BEGIN
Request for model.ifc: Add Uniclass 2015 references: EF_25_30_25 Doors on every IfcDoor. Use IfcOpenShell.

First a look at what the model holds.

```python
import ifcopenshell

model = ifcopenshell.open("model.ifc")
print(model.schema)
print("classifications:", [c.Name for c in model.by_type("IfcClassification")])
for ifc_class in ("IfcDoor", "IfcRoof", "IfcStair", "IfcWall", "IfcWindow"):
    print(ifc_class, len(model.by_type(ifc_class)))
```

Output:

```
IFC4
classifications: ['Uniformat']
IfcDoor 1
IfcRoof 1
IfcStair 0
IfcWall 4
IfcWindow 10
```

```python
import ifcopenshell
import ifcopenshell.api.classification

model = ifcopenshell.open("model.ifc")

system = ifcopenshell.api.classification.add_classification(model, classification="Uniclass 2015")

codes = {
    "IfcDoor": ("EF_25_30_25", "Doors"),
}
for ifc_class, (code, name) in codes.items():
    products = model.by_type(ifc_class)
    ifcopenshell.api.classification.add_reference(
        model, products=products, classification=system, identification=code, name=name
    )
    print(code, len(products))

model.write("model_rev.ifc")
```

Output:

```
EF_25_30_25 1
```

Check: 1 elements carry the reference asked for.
END
Task prompt> The answer must be a word-for-word reproduction of every record above.

Completed task>
Request for model.ifc: Add Uniclass 2015 references: EF_25_30_25 Doors on every IfcDoor. Use IfcOpenShell.

First a look at what the model holds.

```python
import ifcopenshell

model = ifcopenshell.open("model.ifc")
print(model.schema)
print("classifications:", [c.Name for c in model.by_type("IfcClassification")])
for ifc_class in ("IfcDoor", "IfcRoof", "IfcStair", "IfcWall", "IfcWindow"):
    print(ifc_class, len(model.by_type(ifc_class)))
```

Output:

```
IFC4
classifications: ['Uniformat']
IfcDoor 1
IfcRoof 1
IfcStair 0
IfcWall 4
IfcWindow 10
```

```python
import ifcopenshell
import ifcopenshell.api.classification

model = ifcopenshell.open("model.ifc")

system = ifcopenshell.api.classification.add_classification(model, classification="Uniclass 2015")

codes = {
    "IfcDoor": ("EF_25_30_25", "Doors"),
}
for ifc_class, (code, name) in codes.items():
    products = model.by_type(ifc_class)
    ifcopenshell.api.classification.add_reference(
        model, products=products, classification=system, identification=code, name=name
    )
    print(code, len(products))

model.write("model_rev.ifc")
```

Output:

```
EF_25_30_25 1
```

Check: 1 elements carry the reference asked for.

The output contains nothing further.